--- START ---

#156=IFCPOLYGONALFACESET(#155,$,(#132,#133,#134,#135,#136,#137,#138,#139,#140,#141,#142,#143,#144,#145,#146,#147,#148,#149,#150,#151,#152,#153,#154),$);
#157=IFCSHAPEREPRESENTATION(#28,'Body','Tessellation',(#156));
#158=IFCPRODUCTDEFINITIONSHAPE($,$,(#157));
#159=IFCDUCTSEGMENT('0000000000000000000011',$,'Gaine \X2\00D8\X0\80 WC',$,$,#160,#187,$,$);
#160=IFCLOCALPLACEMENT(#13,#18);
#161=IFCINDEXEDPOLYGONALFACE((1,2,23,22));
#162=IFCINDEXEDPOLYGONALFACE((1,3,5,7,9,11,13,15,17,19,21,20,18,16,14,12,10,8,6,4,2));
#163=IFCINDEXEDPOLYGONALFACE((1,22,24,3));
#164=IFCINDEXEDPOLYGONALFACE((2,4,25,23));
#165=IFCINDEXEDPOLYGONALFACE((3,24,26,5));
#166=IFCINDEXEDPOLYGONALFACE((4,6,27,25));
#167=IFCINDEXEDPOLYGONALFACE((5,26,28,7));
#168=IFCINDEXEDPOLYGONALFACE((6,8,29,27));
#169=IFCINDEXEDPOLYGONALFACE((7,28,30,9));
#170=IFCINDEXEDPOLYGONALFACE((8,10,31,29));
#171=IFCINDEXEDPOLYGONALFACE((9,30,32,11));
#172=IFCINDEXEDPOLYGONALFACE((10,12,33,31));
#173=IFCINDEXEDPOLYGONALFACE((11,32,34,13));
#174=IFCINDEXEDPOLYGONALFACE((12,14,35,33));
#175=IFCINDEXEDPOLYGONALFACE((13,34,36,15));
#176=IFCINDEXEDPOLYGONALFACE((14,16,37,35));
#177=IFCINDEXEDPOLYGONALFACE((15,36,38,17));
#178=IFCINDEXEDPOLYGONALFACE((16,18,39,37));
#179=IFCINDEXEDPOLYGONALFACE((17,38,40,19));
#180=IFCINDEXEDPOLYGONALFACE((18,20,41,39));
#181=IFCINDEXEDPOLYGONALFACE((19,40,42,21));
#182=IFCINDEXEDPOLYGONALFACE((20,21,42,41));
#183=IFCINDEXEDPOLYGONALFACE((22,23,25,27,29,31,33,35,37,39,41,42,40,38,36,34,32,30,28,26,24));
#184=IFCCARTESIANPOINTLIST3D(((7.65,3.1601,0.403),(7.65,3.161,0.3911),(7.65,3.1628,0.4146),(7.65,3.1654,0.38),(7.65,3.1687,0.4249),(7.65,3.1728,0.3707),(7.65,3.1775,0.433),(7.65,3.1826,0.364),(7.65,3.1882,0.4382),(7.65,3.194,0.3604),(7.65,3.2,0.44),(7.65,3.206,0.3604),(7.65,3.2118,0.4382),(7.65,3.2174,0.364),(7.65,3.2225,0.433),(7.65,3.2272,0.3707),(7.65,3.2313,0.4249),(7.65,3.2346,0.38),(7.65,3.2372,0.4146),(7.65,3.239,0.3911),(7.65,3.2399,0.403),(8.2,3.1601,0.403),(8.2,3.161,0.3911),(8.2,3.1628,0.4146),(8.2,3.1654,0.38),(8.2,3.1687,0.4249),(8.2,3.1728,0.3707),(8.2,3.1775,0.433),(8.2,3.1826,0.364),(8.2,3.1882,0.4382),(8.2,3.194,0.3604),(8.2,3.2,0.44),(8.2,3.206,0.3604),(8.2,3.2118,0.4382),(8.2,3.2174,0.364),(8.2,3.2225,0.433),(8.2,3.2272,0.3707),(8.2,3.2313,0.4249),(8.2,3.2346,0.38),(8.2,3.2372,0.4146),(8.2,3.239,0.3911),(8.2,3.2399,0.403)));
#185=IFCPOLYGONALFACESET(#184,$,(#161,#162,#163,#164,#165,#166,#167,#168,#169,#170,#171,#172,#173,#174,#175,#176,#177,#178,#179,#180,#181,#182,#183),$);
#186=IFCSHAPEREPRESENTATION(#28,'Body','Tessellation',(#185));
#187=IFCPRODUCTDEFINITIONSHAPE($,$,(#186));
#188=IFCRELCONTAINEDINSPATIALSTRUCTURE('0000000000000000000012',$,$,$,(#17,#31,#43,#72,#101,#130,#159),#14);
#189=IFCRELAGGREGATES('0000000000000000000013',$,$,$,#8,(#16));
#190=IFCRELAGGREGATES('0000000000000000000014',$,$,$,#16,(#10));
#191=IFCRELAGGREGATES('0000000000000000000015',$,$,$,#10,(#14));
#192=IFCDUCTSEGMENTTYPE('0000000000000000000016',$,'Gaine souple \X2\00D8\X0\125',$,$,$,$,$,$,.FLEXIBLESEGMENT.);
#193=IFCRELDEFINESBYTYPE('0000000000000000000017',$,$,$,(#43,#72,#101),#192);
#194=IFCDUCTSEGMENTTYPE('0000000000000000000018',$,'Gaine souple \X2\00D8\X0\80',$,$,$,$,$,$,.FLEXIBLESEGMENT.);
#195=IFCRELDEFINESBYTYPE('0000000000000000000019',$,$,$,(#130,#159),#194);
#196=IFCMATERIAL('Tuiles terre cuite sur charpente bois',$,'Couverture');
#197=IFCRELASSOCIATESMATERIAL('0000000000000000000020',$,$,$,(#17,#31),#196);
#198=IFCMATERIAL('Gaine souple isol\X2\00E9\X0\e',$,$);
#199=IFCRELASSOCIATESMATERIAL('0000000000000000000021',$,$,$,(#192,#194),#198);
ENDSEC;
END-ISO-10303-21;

--- END ---

TASK PROMPT => Output must consist only of the listing's lines from the first through the line with "#179=IFCINDEXEDPOLYGONALFACE((17,38,40,19));", reproduced word for word.

EXERCISE SOLUTION =>
#156=IFCPOLYGONALFACESET(#155,$,(#132,#133,#134,#135,#136,#137,#138,#139,#140,#141,#142,#143,#144,#145,#146,#147,#148,#149,#150,#151,#152,#153,#154),$);
#157=IFCSHAPEREPRESENTATION(#28,'Body','Tessellation',(#156));
#158=IFCPRODUCTDEFINITIONSHAPE($,$,(#157));
#159=IFCDUCTSEGMENT('0000000000000000000011',$,'Gaine \X2\00D8\X0\80 WC',$,$,#160,#187,$,$);
#160=IFCLOCALPLACEMENT(#13,#18);
#161=IFCINDEXEDPOLYGONALFACE((1,2,23,22));
#162=IFCINDEXEDPOLYGONALFACE((1,3,5,7,9,11,13,15,17,19,21,20,18,16,14,12,10,8,6,4,2));
#163=IFCINDEXEDPOLYGONALFACE((1,22,24,3));
#164=IFCINDEXEDPOLYGONALFACE((2,4,25,23));
#165=IFCINDEXEDPOLYGONALFACE((3,24,26,5));
#166=IFCINDEXEDPOLYGONALFACE((4,6,27,25));
#167=IFCINDEXEDPOLYGONALFACE((5,26,28,7));
#168=IFCINDEXEDPOLYGONALFACE((6,8,29,27));
#169=IFCINDEXEDPOLYGONALFACE((7,28,30,9));
#170=IFCINDEXEDPOLYGONALFACE((8,10,31,29));
#171=IFCINDEXEDPOLYGONALFACE((9,30,32,11));
#172=IFCINDEXEDPOLYGONALFACE((10,12,33,31));
#173=IFCINDEXEDPOLYGONALFACE((11,32,34,13));
#174=IFCINDEXEDPOLYGONALFACE((12,14,35,33));
#175=IFCINDEXEDPOLYGONALFACE((13,34,36,15));
#176=IFCINDEXEDPOLYGONALFACE((14,16,37,35));
#177=IFCINDEXEDPOLYGONALFACE((15,36,38,17));
#178=IFCINDEXEDPOLYGONALFACE((16,18,39,37));
#179=IFCINDEXEDPOLYGONALFACE((17,38,40,19));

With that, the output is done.